Saya rindu kuliah, saya rindu bertemu dengan teman-teman, berbincang soal hari hingga tugas yang menumpuk. Saya rindu atmosfer semangat belajar di kampus. Ketika Ibu saya memberi ultimatum bahwa saya harus ikut beliau pulang, hati saya berontak. Ya karena masih ingin kuliah dan segila itu saya terhadap pendidikan dan ambisi saya. 

Dulu, ketika masih duduk di bangku kuliah sarjana, saya ini tergolong orang yang suka memaksakan diri. Jika sedang sakit namun masih bisa bangun dari tempat tidur, saya akan tetap ke kampus, meski badan tidak betul-betul fit. Bahkan saat skripsi dan saya mengalami kecelakaan lalu lintas, 3 hari setelah bisa berjalan, saya nekat ke kampus dengan kondisi kaki bengkak dan berjalan pincang. Pernah tidak tidur 24 jam, hipoglikemia, namun siangnya tetap ke kampus untuk ikut ujian tengah semester sembari memegang satu botol teh manis hangat. Iya, saya sekeras kepala itu. 

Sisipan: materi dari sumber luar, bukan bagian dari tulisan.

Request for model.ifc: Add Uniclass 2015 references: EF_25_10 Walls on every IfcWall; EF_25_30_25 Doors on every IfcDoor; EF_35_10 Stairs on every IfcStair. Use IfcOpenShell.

First a look at what the model holds.

```python
import ifcopenshell

model = ifcopenshell.open("model.ifc")
print(model.schema)
print("classifications:", [c.Name for c in model.by_type("IfcClassification")])
for ifc_class in ("IfcDoor", "IfcRoof", "IfcStair", "IfcWall", "IfcWindow"):
    print(ifc_class, len(model.by_type(ifc_class)))
```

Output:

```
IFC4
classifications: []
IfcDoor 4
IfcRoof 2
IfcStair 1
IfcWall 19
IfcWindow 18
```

```python
import ifcopenshell
import ifcopenshell.api.classification

model = ifcopenshell.open("model.ifc")

system = ifcopenshell.api.classification.add_classification(model, classification="Uniclass 2015")

codes = {
    "IfcWall": ("EF_25_10", "Walls"),
    "IfcDoor": ("EF_25_30_25", "Doors"),
    "IfcStair": ("EF_35_10", "Stairs"),
}
for ifc_class, (code, name) in codes.items():
    products = model.by_type(ifc_class)
    ifcopenshell.api.classification.add_reference(
        model, products=products, classification=system, identification=code, name=name
    )
    print(code, len(products))

model.write("model-out.ifc")
```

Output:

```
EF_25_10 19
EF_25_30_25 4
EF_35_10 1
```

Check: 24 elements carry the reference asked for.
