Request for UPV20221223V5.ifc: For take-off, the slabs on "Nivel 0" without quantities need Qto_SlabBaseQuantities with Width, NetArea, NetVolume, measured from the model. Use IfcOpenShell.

First a look at what the model holds.

```python
import ifcopenshell
import ifcopenshell.util.element
import ifcopenshell.util.unit

model = ifcopenshell.open("UPV20221223V5.ifc")
print(model.schema)
for unit_type in ("LENGTHUNIT", "AREAUNIT", "VOLUMEUNIT"):
    print(unit_type, ifcopenshell.util.unit.calculate_unit_scale(model, unit_type))
storey = next(s for s in model.by_type("IfcBuildingStorey") if s.Name == "Nivel 0")
slabs = [e for e in ifcopenshell.util.element.get_decomposition(storey) if e.is_a("IfcSlab")]
for e in sorted(slabs, key=lambda e: e.id()):
    print(e.id(), e.is_a(), e.Name, list(ifcopenshell.util.element.get_psets(e, qtos_only=True)), sep=" | ")
```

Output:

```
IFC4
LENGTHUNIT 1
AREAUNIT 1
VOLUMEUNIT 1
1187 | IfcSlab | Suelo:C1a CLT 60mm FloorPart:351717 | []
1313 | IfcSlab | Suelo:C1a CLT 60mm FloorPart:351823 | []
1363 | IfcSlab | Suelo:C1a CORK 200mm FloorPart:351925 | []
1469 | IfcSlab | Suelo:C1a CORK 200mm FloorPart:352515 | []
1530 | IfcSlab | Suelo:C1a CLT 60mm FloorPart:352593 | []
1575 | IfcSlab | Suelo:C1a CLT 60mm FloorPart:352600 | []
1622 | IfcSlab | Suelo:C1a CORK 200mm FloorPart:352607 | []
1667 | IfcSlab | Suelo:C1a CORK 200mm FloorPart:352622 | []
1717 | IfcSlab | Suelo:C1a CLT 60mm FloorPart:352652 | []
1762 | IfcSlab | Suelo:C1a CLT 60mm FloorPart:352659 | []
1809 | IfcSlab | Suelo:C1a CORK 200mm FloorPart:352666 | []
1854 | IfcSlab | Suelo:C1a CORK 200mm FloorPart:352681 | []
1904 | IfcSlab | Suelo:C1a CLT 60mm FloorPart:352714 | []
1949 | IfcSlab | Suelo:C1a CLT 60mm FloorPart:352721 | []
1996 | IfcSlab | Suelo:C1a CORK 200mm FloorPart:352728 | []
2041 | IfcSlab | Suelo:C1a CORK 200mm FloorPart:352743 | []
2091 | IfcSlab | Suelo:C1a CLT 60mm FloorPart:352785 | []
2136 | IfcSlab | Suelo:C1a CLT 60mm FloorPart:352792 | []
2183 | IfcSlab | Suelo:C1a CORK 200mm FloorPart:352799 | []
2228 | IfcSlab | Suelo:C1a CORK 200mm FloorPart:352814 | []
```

```python
import ifcopenshell
import ifcopenshell.api.pset
import ifcopenshell.geom
import ifcopenshell.util.element
import ifcopenshell.util.shape
import ifcopenshell.util.unit

model = ifcopenshell.open("UPV20221223V5.ifc")
unit_scale = ifcopenshell.util.unit.calculate_unit_scale(model)
area_scale = ifcopenshell.util.unit.calculate_unit_scale(model, "AREAUNIT")
volume_scale = ifcopenshell.util.unit.calculate_unit_scale(model, "VOLUMEUNIT")
settings = ifcopenshell.geom.settings()

storey = next(s for s in model.by_type("IfcBuildingStorey") if s.Name == "Nivel 0")
slabs = [e for e in ifcopenshell.util.element.get_decomposition(storey) if e.is_a("IfcSlab")]

for e in sorted(slabs, key=lambda e: e.id()):
    if ifcopenshell.util.element.get_psets(e, qtos_only=True, should_inherit=False):
        continue
    # Geometry comes back in metres, in the element's own axes.
    shape = ifcopenshell.geom.create_shape(settings, e)
    values = {
        "Width": ifcopenshell.util.shape.get_z(shape.geometry) / unit_scale,
        "NetArea": ifcopenshell.util.shape.get_footprint_area(shape.geometry) / area_scale,
        "NetVolume": ifcopenshell.util.shape.get_volume(shape.geometry) / volume_scale,
    }
    qto = ifcopenshell.api.pset.add_qto(model, product=e, name="Qto_SlabBaseQuantities")
    ifcopenshell.api.pset.edit_qto(model, qto=qto, properties=values)
    print(e.id(), {k: round(v, 3) for k, v in values.items()})

model.write("UPV20221223V5_edited.ifc")
```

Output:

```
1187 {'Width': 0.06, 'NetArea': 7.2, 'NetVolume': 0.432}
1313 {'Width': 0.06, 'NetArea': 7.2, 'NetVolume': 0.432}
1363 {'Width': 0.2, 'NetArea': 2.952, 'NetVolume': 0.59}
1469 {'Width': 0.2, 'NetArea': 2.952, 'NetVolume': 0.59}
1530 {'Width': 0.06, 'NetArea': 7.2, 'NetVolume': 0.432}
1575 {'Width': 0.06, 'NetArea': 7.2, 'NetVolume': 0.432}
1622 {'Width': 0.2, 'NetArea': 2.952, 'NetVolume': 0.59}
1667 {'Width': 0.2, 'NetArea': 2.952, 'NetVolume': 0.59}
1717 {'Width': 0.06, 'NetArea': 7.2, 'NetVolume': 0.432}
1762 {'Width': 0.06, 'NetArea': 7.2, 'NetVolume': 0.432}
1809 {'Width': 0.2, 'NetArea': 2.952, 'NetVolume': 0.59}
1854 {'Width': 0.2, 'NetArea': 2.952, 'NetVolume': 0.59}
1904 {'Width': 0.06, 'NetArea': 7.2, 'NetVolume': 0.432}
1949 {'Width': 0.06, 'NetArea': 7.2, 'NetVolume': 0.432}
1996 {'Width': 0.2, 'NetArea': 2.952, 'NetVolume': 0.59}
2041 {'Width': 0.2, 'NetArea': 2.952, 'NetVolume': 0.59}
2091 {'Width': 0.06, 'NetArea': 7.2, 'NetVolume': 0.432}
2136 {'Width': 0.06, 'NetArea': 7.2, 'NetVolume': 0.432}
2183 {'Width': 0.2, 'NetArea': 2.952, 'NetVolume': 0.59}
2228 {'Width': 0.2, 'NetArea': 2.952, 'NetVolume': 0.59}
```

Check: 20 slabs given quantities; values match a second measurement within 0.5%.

Lalu, setelah beberapa hari di rumah, obat sudah habis separuh, kondisi membaik. Namun belum stabil. Masih ada masa dimana saya merengek, mengeluh badan kembali tidak enak. Saya kembali harus mengatur ulang waktu kembali ke rantau karena kondisi yang belum stabil.

Sedih? Iya. 
Kenapa? Karena kembali harus menunda menghadiri kelas-kelas. Kembali menunda mimpi.

Selama beberapa hari ini, saya sempat berbincang dengan beberapa teman dekat, melepas stres, mengutarakan apa yang tersimpan dalam hati dan meminta pendapat. Terkadang juga menghabiskan waktu dengan merenung.

Hingga akhirnya...
Mungkin ini saatnya saya belajar mengalah. Belajar menurunkan ego diri, menaklukkan kerasnya ambisi. Saatnya saya belajar bahwa terkadang saya harus mengambil jeda dan berhenti sejenak untuk beristirahat sebelum kembali berlari mengejar mimpi. 
Ini saatnya saya belajar untuk mendengarkan tubuh yang selama ini saya abaikan, merawat pemberian Tuhan yang selama ini tak pernah betul-betul saya perhatikan. Sungguh seorang hamba Tuhan yang kufur nikmat.
Belajar untuk sedikit merasa "masa bodoh" dan "tidak ambil pusing" karena saya tipikal orang yang sangat pemikir dan pencemas, bahkan untuk hal remeh. Belajar untuk lebih menikmati waktu karena hidup bukan hanya untuk mengejar dan memaksa mimpi untuk terwujud. 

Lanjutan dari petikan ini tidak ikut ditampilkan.